§ ASSIGNMENT: Nothing in the records may be left out; restate them word for word.

START GIVEN INFORMATION

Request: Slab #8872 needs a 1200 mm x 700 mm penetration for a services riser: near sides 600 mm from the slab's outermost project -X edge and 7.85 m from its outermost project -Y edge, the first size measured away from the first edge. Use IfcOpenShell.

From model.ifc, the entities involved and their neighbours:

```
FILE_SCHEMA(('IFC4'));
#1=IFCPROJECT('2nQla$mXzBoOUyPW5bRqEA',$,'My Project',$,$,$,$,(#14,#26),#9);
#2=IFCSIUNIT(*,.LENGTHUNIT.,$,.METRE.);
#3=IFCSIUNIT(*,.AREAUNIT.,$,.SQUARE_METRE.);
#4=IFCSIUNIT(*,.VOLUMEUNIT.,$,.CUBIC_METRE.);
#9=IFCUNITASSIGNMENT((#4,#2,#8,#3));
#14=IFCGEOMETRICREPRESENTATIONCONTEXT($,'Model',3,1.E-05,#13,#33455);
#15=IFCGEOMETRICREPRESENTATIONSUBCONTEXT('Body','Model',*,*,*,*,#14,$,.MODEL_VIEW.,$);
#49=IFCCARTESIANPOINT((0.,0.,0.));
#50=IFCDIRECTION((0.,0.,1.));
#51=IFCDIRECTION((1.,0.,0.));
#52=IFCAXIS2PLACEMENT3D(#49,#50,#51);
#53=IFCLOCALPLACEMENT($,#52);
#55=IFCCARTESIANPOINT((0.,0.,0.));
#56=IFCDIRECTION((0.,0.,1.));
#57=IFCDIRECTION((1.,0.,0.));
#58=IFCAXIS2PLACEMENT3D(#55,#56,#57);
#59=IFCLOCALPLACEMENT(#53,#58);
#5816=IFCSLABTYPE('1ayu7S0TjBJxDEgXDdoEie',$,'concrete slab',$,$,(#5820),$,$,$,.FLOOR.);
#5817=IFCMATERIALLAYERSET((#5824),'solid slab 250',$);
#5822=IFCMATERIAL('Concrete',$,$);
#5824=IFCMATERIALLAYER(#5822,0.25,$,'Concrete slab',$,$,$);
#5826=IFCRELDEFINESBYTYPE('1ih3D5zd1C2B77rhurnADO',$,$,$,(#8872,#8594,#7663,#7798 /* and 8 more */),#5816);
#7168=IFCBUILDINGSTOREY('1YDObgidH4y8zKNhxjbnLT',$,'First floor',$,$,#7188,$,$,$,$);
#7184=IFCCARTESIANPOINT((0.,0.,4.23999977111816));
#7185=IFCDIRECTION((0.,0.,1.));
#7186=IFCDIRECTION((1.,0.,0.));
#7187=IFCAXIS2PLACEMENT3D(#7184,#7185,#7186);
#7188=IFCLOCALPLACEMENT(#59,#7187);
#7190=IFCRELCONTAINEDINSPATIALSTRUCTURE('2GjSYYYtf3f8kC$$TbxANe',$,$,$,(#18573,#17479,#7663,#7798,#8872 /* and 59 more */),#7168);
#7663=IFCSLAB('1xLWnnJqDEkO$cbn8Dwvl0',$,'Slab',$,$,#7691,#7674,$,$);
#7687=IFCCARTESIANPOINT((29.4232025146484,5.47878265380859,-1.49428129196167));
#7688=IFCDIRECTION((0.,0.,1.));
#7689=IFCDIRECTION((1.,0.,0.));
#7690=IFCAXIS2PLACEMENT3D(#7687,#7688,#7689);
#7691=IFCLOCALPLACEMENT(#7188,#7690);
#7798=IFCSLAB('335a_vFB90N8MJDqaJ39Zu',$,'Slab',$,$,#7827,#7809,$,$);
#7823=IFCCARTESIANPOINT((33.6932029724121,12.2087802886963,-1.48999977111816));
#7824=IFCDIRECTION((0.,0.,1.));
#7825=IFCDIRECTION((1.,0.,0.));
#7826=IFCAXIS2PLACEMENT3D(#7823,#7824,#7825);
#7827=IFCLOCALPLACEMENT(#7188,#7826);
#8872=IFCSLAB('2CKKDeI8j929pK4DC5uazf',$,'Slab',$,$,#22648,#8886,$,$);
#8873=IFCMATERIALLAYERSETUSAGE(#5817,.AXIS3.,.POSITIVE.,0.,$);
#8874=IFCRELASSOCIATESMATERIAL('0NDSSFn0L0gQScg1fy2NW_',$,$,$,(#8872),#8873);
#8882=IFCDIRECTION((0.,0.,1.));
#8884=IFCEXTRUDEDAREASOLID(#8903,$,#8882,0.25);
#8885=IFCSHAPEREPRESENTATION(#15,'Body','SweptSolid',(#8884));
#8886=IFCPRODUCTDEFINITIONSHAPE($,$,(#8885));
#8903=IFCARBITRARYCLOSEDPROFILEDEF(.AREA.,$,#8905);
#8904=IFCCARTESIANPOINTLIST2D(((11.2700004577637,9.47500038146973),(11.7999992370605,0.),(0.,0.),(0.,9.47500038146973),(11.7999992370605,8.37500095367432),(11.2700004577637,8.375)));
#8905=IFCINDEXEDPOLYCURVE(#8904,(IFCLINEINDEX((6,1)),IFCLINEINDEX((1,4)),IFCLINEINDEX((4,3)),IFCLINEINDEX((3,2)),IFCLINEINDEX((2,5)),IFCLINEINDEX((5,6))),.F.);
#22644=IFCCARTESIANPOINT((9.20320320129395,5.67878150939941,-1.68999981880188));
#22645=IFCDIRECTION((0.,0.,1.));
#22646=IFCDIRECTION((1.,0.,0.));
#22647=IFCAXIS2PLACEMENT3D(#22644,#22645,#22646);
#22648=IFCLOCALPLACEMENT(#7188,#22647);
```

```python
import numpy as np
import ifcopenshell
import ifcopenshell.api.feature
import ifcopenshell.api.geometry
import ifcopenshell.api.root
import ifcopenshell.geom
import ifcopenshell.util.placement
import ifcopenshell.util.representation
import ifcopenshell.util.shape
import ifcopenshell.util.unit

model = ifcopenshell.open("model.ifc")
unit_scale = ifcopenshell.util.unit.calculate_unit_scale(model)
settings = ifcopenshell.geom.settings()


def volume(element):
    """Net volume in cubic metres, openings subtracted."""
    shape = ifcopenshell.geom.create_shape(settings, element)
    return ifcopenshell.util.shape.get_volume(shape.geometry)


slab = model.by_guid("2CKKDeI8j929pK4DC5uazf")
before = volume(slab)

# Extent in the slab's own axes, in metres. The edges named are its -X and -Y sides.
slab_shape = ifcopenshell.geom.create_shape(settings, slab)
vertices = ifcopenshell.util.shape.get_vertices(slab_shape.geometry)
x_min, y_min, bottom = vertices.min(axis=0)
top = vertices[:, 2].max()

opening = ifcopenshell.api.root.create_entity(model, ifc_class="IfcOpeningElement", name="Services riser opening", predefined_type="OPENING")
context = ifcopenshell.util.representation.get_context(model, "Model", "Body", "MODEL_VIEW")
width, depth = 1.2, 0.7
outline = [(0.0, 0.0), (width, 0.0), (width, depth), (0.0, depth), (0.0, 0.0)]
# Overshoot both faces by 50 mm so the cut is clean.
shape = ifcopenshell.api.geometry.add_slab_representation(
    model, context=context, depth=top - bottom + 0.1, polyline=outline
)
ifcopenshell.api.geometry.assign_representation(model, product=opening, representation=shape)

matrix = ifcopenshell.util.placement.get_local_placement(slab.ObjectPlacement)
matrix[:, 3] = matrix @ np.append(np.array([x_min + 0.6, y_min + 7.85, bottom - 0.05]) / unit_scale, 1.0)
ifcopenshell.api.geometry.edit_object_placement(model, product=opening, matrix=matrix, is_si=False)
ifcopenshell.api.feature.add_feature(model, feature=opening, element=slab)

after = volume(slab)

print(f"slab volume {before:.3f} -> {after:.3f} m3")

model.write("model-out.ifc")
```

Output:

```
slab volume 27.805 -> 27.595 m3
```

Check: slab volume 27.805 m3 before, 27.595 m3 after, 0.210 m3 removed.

END GIVEN INFORMATION

§ SOLUTION:
Request: Slab #8872 needs a 1200 mm x 700 mm penetration for a services riser: near sides 600 mm from the slab's outermost project -X edge and 7.85 m from its outermost project -Y edge, the first size measured away from the first edge. Use IfcOpenShell.

From model.ifc, the entities involved and their neighbours:

```
FILE_SCHEMA(('IFC4'));
#1=IFCPROJECT('2nQla$mXzBoOUyPW5bRqEA',$,'My Project',$,$,$,$,(#14,#26),#9);
#2=IFCSIUNIT(*,.LENGTHUNIT.,$,.METRE.);
#3=IFCSIUNIT(*,.AREAUNIT.,$,.SQUARE_METRE.);
#4=IFCSIUNIT(*,.VOLUMEUNIT.,$,.CUBIC_METRE.);
#9=IFCUNITASSIGNMENT((#4,#2,#8,#3));
#14=IFCGEOMETRICREPRESENTATIONCONTEXT($,'Model',3,1.E-05,#13,#33455);
#15=IFCGEOMETRICREPRESENTATIONSUBCONTEXT('Body','Model',*,*,*,*,#14,$,.MODEL_VIEW.,$);
#49=IFCCARTESIANPOINT((0.,0.,0.));
#50=IFCDIRECTION((0.,0.,1.));
#51=IFCDIRECTION((1.,0.,0.));
#52=IFCAXIS2PLACEMENT3D(#49,#50,#51);
#53=IFCLOCALPLACEMENT($,#52);
#55=IFCCARTESIANPOINT((0.,0.,0.));
#56=IFCDIRECTION((0.,0.,1.));
#57=IFCDIRECTION((1.,0.,0.));
#58=IFCAXIS2PLACEMENT3D(#55,#56,#57);
#59=IFCLOCALPLACEMENT(#53,#58);
#5816=IFCSLABTYPE('1ayu7S0TjBJxDEgXDdoEie',$,'concrete slab',$,$,(#5820),$,$,$,.FLOOR.);
#5817=IFCMATERIALLAYERSET((#5824),'solid slab 250',$);
#5822=IFCMATERIAL('Concrete',$,$);
#5824=IFCMATERIALLAYER(#5822,0.25,$,'Concrete slab',$,$,$);
#5826=IFCRELDEFINESBYTYPE('1ih3D5zd1C2B77rhurnADO',$,$,$,(#8872,#8594,#7663,#7798 /* and 8 more */),#5816);
#7168=IFCBUILDINGSTOREY('1YDObgidH4y8zKNhxjbnLT',$,'First floor',$,$,#7188,$,$,$,$);
#7184=IFCCARTESIANPOINT((0.,0.,4.23999977111816));
#7185=IFCDIRECTION((0.,0.,1.));
#7186=IFCDIRECTION((1.,0.,0.));
#7187=IFCAXIS2PLACEMENT3D(#7184,#7185,#7186);
#7188=IFCLOCALPLACEMENT(#59,#7187);
#7190=IFCRELCONTAINEDINSPATIALSTRUCTURE('2GjSYYYtf3f8kC$$TbxANe',$,$,$,(#18573,#17479,#7663,#7798,#8872 /* and 59 more */),#7168);
#7663=IFCSLAB('1xLWnnJqDEkO$cbn8Dwvl0',$,'Slab',$,$,#7691,#7674,$,$);
#7687=IFCCARTESIANPOINT((29.4232025146484,5.47878265380859,-1.49428129196167));
#7688=IFCDIRECTION((0.,0.,1.));
#7689=IFCDIRECTION((1.,0.,0.));
#7690=IFCAXIS2PLACEMENT3D(#7687,#7688,#7689);
#7691=IFCLOCALPLACEMENT(#7188,#7690);
#7798=IFCSLAB('335a_vFB90N8MJDqaJ39Zu',$,'Slab',$,$,#7827,#7809,$,$);
#7823=IFCCARTESIANPOINT((33.6932029724121,12.2087802886963,-1.48999977111816));
#7824=IFCDIRECTION((0.,0.,1.));
#7825=IFCDIRECTION((1.,0.,0.));
#7826=IFCAXIS2PLACEMENT3D(#7823,#7824,#7825);
#7827=IFCLOCALPLACEMENT(#7188,#7826);
#8872=IFCSLAB('2CKKDeI8j929pK4DC5uazf',$,'Slab',$,$,#22648,#8886,$,$);
#8873=IFCMATERIALLAYERSETUSAGE(#5817,.AXIS3.,.POSITIVE.,0.,$);
#8874=IFCRELASSOCIATESMATERIAL('0NDSSFn0L0gQScg1fy2NW_',$,$,$,(#8872),#8873);
#8882=IFCDIRECTION((0.,0.,1.));
#8884=IFCEXTRUDEDAREASOLID(#8903,$,#8882,0.25);
#8885=IFCSHAPEREPRESENTATION(#15,'Body','SweptSolid',(#8884));
#8886=IFCPRODUCTDEFINITIONSHAPE($,$,(#8885));
#8903=IFCARBITRARYCLOSEDPROFILEDEF(.AREA.,$,#8905);
#8904=IFCCARTESIANPOINTLIST2D(((11.2700004577637,9.47500038146973),(11.7999992370605,0.),(0.,0.),(0.,9.47500038146973),(11.7999992370605,8.37500095367432),(11.2700004577637,8.375)));
#8905=IFCINDEXEDPOLYCURVE(#8904,(IFCLINEINDEX((6,1)),IFCLINEINDEX((1,4)),IFCLINEINDEX((4,3)),IFCLINEINDEX((3,2)),IFCLINEINDEX((2,5)),IFCLINEINDEX((5,6))),.F.);
#22644=IFCCARTESIANPOINT((9.20320320129395,5.67878150939941,-1.68999981880188));
#22645=IFCDIRECTION((0.,0.,1.));
#22646=IFCDIRECTION((1.,0.,0.));
#22647=IFCAXIS2PLACEMENT3D(#22644,#22645,#22646);
#22648=IFCLOCALPLACEMENT(#7188,#22647);
```

```python
import numpy as np
import ifcopenshell
import ifcopenshell.api.feature
import ifcopenshell.api.geometry
import ifcopenshell.api.root
import ifcopenshell.geom
import ifcopenshell.util.placement
import ifcopenshell.util.representation
import ifcopenshell.util.shape
import ifcopenshell.util.unit

model = ifcopenshell.open("model.ifc")
unit_scale = ifcopenshell.util.unit.calculate_unit_scale(model)
settings = ifcopenshell.geom.settings()


def volume(element):
    """Net volume in cubic metres, openings subtracted."""
    shape = ifcopenshell.geom.create_shape(settings, element)
    return ifcopenshell.util.shape.get_volume(shape.geometry)


slab = model.by_guid("2CKKDeI8j929pK4DC5uazf")
before = volume(slab)

# Extent in the slab's own axes, in metres. The edges named are its -X and -Y sides.
slab_shape = ifcopenshell.geom.create_shape(settings, slab)
vertices = ifcopenshell.util.shape.get_vertices(slab_shape.geometry)
x_min, y_min, bottom = vertices.min(axis=0)
top = vertices[:, 2].max()

opening = ifcopenshell.api.root.create_entity(model, ifc_class="IfcOpeningElement", name="Services riser opening", predefined_type="OPENING")
context = ifcopenshell.util.representation.get_context(model, "Model", "Body", "MODEL_VIEW")
width, depth = 1.2, 0.7
outline = [(0.0, 0.0), (width, 0.0), (width, depth), (0.0, depth), (0.0, 0.0)]
# Overshoot both faces by 50 mm so the cut is clean.
shape = ifcopenshell.api.geometry.add_slab_representation(
    model, context=context, depth=top - bottom + 0.1, polyline=outline
)
ifcopenshell.api.geometry.assign_representation(model, product=opening, representation=shape)

matrix = ifcopenshell.util.placement.get_local_placement(slab.ObjectPlacement)
matrix[:, 3] = matrix @ np.append(np.array([x_min + 0.6, y_min + 7.85, bottom - 0.05]) / unit_scale, 1.0)
ifcopenshell.api.geometry.edit_object_placement(model, product=opening, matrix=matrix, is_si=False)
ifcopenshell.api.feature.add_feature(model, feature=opening, element=slab)

after = volume(slab)

print(f"slab volume {before:.3f} -> {after:.3f} m3")

model.write("model-out.ifc")
```

Output:

```
slab volume 27.805 -> 27.595 m3
```

Check: slab volume 27.805 m3 before, 27.595 m3 after, 0.210 m3 removed.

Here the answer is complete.